Представить, какой переполох возник у немцев, можно было уже по тому, что об этих событиях сообщало даже берлинское радио. Понятно, мы не могли тогда раскрывать, кто именно все это сделал. Но рассказать севастопольцам, как досталось оккупантам в соседнем городе, все же следовало. В появившейся некоторое время спустя во флотской газете статье Ф. С. Октябрьского об этом было написано так: «…Группа партизан ворвалась в Евпаторию… Орудовали всю ночь, были, по существу, хозяевами города и под утро скрылись, уведя еще группу пленных»{30}.
Через два дня после смелого рейда отличившимся его участникам были вручены боевые награды.
Накануне декабрьского штурма и в дни, когда он отражался, шесть моряков-разведчиков во главе с мичманом Ф. Ф. Волончуком, высадившихся со шлюпки на южном побережье Крыма, держали под контролем участок Ялтинского шоссе. Мы регулярно получали радиодонесения о том, что и куда по шоссе движется, но этим разведчики не ограничивались. Из засад в скалах они обстреливали или забрасывали гранатами то автомашину, то обоз. А однажды, сняв немецких регулировщиков и заняв их место у ответвляющейся от шоссе дороги, сумели загнать в тупик целую колонну неприятельских грузовиков, на штурмовку которых вылетели из Севастополя наши летчики.
Гитлеровцы начали охотиться за разведчиками, отрезали им обратный путь к морю.

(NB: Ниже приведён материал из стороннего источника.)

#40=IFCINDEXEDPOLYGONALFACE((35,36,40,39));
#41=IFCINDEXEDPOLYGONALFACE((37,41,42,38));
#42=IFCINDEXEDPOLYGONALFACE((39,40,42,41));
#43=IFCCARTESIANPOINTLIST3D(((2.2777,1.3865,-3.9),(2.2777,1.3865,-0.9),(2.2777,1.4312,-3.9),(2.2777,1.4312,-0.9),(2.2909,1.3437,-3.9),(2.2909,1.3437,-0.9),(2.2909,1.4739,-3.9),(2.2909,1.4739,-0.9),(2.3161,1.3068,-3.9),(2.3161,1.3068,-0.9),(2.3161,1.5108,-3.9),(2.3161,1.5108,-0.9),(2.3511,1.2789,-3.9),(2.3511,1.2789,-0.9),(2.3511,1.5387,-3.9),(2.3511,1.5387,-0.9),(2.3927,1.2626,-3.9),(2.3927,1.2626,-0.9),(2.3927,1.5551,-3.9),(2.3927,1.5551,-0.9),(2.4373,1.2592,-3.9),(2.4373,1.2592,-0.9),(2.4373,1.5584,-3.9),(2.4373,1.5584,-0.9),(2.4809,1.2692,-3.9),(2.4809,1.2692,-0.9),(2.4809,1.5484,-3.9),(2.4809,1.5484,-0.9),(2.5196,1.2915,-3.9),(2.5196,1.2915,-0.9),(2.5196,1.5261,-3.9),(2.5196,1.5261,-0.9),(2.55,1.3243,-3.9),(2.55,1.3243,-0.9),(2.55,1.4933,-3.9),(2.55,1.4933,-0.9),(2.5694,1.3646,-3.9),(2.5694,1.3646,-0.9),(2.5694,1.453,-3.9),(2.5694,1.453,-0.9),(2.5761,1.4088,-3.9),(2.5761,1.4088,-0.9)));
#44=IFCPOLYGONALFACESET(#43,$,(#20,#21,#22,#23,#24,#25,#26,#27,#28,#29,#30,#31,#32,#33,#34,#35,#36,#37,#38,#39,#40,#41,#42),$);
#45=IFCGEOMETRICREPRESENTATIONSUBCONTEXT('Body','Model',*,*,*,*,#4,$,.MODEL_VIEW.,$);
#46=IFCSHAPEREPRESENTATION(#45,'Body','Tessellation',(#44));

Однако группа Федора Волончука, проведя в тылу врага больше двух недель, вернулась в Севастополь, потеряв лишь одного человека.

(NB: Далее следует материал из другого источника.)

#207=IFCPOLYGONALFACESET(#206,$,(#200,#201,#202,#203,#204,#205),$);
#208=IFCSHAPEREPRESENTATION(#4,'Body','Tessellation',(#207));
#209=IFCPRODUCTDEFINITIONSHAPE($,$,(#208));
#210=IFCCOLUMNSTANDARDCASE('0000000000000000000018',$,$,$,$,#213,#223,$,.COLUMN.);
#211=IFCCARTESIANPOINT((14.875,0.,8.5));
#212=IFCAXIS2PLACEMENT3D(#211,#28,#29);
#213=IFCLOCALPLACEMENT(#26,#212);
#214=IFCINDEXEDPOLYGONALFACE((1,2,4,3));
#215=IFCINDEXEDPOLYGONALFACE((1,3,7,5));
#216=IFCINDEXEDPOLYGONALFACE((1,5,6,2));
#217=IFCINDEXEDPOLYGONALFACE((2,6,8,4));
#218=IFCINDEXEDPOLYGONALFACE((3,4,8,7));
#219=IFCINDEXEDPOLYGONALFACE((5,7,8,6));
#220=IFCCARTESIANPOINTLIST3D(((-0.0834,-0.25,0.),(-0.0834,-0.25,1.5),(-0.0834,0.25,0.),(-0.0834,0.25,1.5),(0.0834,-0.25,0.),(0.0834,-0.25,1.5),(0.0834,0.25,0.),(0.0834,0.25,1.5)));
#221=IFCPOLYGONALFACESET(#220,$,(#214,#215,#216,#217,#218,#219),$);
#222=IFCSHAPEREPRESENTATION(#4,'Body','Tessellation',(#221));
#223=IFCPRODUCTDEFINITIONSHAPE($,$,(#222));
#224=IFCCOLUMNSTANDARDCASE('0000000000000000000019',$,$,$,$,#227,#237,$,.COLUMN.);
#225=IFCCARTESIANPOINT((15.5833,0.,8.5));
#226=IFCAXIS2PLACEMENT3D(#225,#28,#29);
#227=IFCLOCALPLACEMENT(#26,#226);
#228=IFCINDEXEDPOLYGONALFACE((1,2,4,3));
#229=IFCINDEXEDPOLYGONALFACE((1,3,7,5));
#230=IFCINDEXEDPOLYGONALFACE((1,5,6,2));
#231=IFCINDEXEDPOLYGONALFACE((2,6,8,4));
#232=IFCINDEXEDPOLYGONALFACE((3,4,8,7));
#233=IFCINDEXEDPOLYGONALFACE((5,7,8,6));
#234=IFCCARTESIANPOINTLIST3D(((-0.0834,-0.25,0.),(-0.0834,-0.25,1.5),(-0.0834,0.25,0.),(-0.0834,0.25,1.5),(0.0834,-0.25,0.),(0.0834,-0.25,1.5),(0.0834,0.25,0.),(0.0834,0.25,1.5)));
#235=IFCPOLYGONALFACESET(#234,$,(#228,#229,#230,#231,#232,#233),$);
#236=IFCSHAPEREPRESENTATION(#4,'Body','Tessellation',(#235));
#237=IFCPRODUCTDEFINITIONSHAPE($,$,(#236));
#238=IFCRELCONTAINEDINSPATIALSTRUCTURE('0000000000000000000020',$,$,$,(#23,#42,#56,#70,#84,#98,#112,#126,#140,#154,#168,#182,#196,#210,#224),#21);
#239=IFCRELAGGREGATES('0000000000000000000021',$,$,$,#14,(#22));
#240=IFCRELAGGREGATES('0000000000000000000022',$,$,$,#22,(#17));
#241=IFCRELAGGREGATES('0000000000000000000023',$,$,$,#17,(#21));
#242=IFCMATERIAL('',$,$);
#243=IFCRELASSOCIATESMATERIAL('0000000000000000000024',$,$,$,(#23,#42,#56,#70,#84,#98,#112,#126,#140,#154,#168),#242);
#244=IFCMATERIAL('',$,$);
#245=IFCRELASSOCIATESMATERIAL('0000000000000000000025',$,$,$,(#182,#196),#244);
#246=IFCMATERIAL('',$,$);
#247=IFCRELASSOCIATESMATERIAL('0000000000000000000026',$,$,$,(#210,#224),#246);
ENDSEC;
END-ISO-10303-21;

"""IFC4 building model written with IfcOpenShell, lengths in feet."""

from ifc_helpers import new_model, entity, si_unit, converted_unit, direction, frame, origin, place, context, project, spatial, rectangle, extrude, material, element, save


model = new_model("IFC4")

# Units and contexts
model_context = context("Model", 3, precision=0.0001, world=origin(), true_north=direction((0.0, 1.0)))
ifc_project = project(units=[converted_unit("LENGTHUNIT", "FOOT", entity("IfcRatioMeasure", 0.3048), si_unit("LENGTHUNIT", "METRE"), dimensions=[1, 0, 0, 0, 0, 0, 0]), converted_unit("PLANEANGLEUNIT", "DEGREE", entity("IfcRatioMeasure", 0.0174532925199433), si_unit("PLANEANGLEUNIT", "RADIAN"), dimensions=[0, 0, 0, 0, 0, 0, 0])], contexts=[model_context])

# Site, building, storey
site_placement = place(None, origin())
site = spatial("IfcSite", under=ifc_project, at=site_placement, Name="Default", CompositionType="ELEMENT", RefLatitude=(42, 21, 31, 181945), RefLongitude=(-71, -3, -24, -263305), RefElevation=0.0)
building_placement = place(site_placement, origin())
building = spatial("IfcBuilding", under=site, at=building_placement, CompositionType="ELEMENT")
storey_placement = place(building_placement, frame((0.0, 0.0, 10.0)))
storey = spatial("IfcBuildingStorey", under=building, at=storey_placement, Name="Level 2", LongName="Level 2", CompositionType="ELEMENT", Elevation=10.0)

Хочется добавить, что война застала сверхсрочника Волончука, служившего раньше на кораблях, в должности начальника одного из севастопольских шхиперских складов. И вот из типичного флотского хозяйственника получился отличный разведчик. В дальнейшем, когда командование флота находилось уже на Кавказе, он не раз выполнял в захваченном врагом Крыму еще более сложные и ответственные [218] задания. Мичман был произведен в офицеры, после войны ушел в запас майором.
* * *
31 декабря 1941 года, в день, к исходу которого стало окончательно ясно, что планы гитлеровцев овладеть Севастополем вновь сорваны, газета «Правда», как бы предвидя именно такое развитие событий, вышла с передовой статьей, где были глубоко взволновавшие всех нас строки:
«Несокрушимой скалой стоит Севастополь, этот страж Советской Родины на Черном море… Беззаветная отвага его защитников, их железная решимость и стойкость явились той несокрушимой стеной, о которую разбились бесчисленные яростные вражеские атаки. Привет славным защитникам Севастополя! Родина знает ваши подвиги, Родина ценит их, Родина никогда их не забудет!»

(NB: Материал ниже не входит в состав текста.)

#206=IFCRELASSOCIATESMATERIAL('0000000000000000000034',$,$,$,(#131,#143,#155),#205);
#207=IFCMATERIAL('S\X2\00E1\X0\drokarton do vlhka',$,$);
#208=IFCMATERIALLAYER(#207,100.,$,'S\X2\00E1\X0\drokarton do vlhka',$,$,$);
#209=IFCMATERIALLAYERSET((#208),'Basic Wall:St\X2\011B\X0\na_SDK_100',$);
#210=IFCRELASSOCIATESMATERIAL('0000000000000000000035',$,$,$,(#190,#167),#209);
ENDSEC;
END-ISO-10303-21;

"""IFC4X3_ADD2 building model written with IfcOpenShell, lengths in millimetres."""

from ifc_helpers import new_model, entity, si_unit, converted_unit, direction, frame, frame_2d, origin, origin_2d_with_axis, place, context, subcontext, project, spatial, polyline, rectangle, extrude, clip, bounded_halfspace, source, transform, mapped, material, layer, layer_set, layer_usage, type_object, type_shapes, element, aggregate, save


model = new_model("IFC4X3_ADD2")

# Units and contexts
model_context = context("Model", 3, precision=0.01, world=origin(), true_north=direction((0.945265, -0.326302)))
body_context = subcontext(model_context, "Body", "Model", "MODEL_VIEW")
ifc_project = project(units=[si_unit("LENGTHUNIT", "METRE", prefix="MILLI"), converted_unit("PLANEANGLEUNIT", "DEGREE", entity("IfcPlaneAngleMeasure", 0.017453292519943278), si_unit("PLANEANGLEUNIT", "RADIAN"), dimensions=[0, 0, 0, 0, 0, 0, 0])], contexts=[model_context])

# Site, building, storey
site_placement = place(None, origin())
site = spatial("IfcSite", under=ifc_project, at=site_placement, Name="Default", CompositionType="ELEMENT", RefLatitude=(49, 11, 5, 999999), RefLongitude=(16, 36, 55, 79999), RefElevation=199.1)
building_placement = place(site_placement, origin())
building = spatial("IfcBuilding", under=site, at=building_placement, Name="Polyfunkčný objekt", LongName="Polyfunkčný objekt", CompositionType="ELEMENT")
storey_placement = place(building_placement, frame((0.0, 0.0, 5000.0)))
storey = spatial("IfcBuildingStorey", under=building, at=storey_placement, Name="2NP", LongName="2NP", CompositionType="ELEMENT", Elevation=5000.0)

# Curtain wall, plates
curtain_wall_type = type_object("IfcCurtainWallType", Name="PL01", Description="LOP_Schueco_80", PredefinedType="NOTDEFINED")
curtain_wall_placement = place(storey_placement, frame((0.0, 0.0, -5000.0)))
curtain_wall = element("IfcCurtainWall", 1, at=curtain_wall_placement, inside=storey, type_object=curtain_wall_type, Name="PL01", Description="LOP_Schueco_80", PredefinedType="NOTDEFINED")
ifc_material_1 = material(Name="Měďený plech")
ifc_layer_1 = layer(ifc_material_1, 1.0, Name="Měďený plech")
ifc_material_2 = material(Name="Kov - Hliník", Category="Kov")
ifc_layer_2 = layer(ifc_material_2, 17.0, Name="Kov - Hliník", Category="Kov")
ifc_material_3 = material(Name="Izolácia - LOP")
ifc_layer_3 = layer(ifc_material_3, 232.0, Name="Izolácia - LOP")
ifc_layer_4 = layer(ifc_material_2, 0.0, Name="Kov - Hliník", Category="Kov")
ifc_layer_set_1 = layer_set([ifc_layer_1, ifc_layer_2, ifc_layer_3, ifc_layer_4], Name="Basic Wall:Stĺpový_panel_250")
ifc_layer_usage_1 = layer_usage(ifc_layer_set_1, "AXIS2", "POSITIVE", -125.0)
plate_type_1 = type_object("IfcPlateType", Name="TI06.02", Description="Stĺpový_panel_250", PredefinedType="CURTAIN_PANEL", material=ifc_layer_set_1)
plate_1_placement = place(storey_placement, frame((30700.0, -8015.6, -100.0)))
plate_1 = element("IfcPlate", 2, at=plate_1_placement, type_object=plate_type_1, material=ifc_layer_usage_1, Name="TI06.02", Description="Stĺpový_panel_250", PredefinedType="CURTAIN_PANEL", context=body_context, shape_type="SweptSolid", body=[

Московские газеты шли к нам долго, и чтобы слово центрального органа партии быстрее доходило до наших бойцов и командиров, редактору газеты «Красный черноморец», которую читал на флоте каждый, часто давалось указание опубликовать передовую статью «Правды», принятую по радио. Была записана и перепечатана, дошла уже на следующий день до всех севастопольцев и та передовая. [219]
Глава восьмая.
Так называемое затишье
Успех Керченско-Феодосийской десантной операции - это был, кстати сказать, крупнейший наш морской десант за всю войну - снял угрозу вторжения немецко-фашистских войск на Кавказ через Керченский пролив и изменил всю обстановку в Крыму.